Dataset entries
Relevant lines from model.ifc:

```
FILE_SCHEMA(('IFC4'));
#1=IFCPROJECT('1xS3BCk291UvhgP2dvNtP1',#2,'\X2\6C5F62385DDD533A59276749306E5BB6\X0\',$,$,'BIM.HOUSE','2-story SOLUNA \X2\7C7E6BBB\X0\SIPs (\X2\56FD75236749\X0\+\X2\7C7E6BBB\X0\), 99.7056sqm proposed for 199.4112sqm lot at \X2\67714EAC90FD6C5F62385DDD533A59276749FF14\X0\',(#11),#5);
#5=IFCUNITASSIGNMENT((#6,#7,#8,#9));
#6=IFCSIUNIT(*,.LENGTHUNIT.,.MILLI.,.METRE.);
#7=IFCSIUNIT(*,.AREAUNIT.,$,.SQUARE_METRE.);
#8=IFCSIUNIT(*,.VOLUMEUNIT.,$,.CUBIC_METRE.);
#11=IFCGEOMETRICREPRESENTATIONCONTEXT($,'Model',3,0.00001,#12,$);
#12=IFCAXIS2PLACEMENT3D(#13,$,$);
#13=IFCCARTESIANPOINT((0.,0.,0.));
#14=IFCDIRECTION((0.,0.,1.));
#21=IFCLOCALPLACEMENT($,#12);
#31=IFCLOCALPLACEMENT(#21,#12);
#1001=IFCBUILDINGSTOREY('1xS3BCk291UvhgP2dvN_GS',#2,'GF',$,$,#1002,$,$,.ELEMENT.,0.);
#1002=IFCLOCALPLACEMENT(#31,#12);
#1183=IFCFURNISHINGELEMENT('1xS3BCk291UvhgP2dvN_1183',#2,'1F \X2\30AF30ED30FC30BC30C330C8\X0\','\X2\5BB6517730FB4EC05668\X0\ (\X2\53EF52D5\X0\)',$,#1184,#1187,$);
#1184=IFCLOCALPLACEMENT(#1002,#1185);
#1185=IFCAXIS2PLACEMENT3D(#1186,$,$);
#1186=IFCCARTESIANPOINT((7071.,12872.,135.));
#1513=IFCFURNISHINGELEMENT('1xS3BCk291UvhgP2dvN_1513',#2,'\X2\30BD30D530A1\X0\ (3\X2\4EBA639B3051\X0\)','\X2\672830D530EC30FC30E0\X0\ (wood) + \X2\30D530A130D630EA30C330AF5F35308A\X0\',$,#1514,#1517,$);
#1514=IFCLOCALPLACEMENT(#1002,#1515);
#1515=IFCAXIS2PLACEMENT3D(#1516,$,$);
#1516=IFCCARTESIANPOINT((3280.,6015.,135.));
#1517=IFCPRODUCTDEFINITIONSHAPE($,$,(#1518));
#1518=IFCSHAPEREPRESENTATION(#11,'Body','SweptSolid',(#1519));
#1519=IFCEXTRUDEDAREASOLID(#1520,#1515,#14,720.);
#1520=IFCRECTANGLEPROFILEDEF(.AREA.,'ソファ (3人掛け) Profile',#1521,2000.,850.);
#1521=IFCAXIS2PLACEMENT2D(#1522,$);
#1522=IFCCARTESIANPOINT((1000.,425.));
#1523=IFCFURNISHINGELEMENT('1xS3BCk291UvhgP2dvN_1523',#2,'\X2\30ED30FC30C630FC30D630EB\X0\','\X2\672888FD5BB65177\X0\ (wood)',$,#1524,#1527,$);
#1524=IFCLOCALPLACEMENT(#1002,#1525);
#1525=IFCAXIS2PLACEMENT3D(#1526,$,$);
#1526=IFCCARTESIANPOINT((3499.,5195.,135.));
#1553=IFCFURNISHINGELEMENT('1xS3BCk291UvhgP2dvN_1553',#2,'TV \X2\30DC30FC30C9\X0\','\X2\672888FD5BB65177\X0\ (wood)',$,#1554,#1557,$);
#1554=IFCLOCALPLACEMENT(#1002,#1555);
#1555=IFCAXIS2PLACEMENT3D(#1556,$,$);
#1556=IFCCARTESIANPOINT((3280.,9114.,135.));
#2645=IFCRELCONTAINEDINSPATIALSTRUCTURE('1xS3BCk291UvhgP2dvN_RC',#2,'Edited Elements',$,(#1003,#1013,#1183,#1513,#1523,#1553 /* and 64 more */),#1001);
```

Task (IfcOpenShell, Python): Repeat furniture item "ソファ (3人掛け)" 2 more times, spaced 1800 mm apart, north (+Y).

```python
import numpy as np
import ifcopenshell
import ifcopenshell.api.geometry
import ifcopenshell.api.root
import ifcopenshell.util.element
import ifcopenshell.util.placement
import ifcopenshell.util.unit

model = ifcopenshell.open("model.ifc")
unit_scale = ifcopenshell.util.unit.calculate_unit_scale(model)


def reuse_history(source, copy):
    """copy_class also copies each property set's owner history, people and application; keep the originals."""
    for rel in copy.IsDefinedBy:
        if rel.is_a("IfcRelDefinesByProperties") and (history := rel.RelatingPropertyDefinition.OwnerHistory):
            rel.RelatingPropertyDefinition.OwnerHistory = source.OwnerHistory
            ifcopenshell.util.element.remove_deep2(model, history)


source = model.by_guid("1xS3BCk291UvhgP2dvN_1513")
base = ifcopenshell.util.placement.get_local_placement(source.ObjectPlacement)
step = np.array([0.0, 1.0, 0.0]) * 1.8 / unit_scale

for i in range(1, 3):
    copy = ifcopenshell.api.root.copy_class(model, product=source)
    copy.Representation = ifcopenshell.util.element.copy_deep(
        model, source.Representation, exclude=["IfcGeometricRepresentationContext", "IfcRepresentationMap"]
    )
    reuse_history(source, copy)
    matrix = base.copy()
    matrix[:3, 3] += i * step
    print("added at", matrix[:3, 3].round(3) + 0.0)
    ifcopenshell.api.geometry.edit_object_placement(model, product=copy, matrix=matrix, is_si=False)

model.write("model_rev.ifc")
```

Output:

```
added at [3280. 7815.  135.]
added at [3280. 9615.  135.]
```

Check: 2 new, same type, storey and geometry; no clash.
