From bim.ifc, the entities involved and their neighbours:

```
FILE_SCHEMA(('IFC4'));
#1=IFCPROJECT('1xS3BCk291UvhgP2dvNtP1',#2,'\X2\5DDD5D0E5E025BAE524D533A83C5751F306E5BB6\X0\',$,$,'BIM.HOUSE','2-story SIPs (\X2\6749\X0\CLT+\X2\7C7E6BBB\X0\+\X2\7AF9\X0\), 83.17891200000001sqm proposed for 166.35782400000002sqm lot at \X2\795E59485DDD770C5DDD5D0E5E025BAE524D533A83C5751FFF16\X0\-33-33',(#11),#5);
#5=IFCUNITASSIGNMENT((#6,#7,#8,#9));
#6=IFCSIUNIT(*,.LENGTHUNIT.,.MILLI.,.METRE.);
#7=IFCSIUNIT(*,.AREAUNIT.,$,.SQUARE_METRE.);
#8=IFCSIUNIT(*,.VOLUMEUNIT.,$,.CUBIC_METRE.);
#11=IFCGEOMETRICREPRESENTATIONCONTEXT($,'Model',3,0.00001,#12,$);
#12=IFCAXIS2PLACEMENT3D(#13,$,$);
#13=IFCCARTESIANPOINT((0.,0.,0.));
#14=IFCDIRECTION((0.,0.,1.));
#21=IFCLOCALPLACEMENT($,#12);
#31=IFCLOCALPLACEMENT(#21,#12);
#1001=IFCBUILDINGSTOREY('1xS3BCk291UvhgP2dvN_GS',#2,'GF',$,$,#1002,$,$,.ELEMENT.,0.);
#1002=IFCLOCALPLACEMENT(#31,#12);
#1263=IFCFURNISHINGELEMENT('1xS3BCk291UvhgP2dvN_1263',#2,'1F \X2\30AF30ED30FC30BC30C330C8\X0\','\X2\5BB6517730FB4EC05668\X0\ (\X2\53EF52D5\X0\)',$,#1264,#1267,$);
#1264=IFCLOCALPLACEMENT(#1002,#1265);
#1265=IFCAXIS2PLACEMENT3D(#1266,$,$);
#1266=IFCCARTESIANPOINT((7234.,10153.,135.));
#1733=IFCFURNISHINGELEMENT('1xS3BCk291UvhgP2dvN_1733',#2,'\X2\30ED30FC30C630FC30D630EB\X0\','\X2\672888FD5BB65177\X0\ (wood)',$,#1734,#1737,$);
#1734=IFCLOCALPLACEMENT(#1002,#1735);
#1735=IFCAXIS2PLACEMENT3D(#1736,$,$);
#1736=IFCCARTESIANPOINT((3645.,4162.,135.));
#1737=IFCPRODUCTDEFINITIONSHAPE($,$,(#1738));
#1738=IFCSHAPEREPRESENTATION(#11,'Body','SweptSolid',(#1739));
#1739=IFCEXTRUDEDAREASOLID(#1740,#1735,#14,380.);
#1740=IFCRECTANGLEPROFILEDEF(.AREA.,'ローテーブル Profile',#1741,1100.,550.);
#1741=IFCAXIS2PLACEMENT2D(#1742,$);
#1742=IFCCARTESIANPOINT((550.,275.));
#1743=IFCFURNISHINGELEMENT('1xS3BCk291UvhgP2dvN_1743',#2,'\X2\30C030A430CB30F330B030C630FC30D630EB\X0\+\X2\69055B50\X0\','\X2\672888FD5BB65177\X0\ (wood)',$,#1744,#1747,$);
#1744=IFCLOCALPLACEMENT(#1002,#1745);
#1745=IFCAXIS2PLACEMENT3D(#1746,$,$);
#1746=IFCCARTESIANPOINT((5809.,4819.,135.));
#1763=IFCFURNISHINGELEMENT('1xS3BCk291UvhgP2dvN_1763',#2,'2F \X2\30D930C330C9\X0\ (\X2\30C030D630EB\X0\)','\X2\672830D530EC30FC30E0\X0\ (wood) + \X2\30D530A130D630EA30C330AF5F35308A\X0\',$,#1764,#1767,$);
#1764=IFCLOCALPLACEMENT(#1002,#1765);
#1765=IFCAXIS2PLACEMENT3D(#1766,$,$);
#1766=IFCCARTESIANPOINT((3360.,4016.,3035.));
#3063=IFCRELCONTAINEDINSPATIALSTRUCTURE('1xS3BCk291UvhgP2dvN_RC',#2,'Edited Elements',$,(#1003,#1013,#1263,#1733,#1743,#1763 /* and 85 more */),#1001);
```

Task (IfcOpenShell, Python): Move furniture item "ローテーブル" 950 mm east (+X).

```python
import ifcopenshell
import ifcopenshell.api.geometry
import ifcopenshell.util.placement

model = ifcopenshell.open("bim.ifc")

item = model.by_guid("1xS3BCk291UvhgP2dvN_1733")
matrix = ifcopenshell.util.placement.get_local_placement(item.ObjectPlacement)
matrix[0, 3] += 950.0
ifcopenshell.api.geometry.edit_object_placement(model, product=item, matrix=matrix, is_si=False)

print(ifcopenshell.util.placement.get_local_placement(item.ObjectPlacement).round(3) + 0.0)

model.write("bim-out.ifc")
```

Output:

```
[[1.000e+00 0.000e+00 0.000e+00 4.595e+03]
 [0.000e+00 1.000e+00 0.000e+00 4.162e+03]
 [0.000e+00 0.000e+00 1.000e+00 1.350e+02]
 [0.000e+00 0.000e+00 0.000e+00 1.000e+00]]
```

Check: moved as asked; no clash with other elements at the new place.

→ **Try it**
If a line in the records above has the word "IFCCARTESIANPOINT", copy it.

→ **Exercise result**
#13=IFCCARTESIANPOINT((0.,0.,0.));
#1186=IFCCARTESIANPOINT((7071.,12872.,135.));
#1516=IFCCARTESIANPOINT((3280.,6015.,135.));
#1522=IFCCARTESIANPOINT((1000.,425.));
#1526=IFCCARTESIANPOINT((3499.,5195.,135.));
#1556=IFCCARTESIANPOINT((3280.,9114.,135.));
#13=IFCCARTESIANPOINT((0.,0.,0.));
#1266=IFCCARTESIANPOINT((7234.,10153.,135.));
#1736=IFCCARTESIANPOINT((3645.,4162.,135.));
#1742=IFCCARTESIANPOINT((550.,275.));
#1746=IFCCARTESIANPOINT((5809.,4819.,135.));
#1766=IFCCARTESIANPOINT((3360.,4016.,3035.));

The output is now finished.